Chiang Mai has a large expat community. We actually see evidence of this all over. The shopping centers and grocery stores have tons of English. This makes it much easier to shop, of course. Plus, there are many products we are used to.
As an example, in Osaka, one could barely find breakfast cereal. In Chiang Mai, there are many choices of breakfast cereal, and three American brands of peanut butter (plus some brands we don't have in the States), and they sell blocks of cheese including cheddar in what is for the most part a not heavy into dairy country.
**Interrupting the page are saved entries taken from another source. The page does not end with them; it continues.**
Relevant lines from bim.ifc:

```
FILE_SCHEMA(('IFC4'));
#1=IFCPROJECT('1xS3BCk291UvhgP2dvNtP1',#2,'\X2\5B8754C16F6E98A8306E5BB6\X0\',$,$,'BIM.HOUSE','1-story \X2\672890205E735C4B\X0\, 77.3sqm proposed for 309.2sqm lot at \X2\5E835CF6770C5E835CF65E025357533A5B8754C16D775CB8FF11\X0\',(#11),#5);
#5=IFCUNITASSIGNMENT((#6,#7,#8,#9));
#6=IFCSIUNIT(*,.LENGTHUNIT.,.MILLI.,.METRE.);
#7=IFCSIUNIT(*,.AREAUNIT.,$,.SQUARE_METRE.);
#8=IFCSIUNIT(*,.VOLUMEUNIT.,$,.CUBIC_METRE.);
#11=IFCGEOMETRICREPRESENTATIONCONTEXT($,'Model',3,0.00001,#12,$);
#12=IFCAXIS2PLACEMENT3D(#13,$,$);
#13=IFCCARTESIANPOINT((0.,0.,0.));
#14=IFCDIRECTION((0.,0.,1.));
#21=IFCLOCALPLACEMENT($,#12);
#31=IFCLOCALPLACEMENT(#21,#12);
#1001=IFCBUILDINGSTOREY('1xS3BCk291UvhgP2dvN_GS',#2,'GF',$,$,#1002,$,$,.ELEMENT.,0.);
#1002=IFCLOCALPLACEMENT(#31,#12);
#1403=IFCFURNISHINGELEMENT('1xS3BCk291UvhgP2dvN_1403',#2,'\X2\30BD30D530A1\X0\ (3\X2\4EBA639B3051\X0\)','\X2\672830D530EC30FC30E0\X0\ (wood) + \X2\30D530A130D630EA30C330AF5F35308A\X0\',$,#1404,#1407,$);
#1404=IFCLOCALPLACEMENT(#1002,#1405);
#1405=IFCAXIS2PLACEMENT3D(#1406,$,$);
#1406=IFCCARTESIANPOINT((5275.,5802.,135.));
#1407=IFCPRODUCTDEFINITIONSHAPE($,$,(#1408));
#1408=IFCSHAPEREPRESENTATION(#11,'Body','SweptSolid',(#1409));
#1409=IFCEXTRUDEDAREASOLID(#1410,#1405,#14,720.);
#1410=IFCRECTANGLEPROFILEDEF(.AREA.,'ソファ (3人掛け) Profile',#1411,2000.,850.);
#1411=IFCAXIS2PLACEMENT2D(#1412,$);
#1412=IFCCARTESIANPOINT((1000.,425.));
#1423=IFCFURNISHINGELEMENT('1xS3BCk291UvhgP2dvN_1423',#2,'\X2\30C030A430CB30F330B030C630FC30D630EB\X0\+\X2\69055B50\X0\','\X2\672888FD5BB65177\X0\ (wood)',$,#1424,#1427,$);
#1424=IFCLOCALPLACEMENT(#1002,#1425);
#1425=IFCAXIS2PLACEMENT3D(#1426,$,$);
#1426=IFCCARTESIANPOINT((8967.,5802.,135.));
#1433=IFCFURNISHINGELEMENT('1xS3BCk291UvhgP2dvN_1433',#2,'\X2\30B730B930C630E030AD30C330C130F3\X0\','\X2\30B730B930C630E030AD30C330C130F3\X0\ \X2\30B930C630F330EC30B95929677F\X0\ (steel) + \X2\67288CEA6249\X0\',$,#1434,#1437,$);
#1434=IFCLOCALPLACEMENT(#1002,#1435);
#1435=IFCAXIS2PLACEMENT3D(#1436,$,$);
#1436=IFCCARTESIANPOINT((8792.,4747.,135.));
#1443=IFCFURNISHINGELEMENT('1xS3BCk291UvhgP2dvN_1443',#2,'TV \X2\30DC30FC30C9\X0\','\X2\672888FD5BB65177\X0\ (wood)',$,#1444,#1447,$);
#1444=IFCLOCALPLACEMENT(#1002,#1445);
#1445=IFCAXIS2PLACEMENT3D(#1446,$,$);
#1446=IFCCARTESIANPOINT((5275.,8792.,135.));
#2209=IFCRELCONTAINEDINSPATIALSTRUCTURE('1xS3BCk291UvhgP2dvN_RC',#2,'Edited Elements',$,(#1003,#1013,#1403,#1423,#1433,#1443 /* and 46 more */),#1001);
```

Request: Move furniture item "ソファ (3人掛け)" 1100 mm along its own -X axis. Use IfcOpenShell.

```python
import ifcopenshell
import ifcopenshell.api.geometry
import ifcopenshell.util.placement
import ifcopenshell.util.unit

model = ifcopenshell.open("bim.ifc")
unit_scale = ifcopenshell.util.unit.calculate_unit_scale(model)

item = model.by_id(1403)
matrix = ifcopenshell.util.placement.get_local_placement(item.ObjectPlacement)
matrix[:3, 3] -= matrix[:3, 0] * 1.1 / unit_scale
ifcopenshell.api.geometry.edit_object_placement(model, product=item, matrix=matrix, is_si=False)

print(ifcopenshell.util.placement.get_local_placement(item.ObjectPlacement).round(3) + 0.0)

model.write("bim-out.ifc")
```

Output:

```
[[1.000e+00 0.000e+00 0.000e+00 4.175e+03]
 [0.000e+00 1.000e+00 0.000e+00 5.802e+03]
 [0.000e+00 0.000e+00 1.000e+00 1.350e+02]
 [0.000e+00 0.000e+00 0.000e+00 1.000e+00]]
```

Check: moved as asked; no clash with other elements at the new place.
But back to my solo adventure. Alrica discovered in doing her research that there was a group in Chiang Mai called Writers Without Borders. It is a group of expat writers who meet weekly to read their work and get critique from each other. So one night I went out, found a tuk tuk (a kind of motorcycle taxi) to bring me to their meeting place, and attended a meeting.
Most of the writers there were originally from the United States, though at least one was Canadian. But everything was done in English. I heard three people read their work. All three were writing things that took place in Southeast Asia. But you write what you know, right?
It was a great night. But not specifically because of what was read or the comments made. It was great because it was a night that I wasn't the father of a family that was traveling, I was a writer. I had a night to be a writer in the midst of writers.
In the States I have been lucky to be part of some great writing groups. In New York, New York I was part of the Lehman Engel Musical Theatre Workshop. In Des Moines, Iowa I joined the Iowa Scriptwriters Alliance. In Appleton, Wisconsin I worked together with my friend and colleague Erin to start The Dying Pen. And in Lancaster, Pennsylvania I was thrilled to be a part of the Lancaster Dramatists' Platform.
It is energizing to see writers who are writing and to be part of a community that understands the desire to write. Plus, they were all so friendly.
I love being on this adventure with my family. It wouldn't be nearly as fun without them. But sometimes it is nice to not be one out of four. Sometimes it is great to just be one. To just be writer.
And it's also great to know that in that, I am not alone.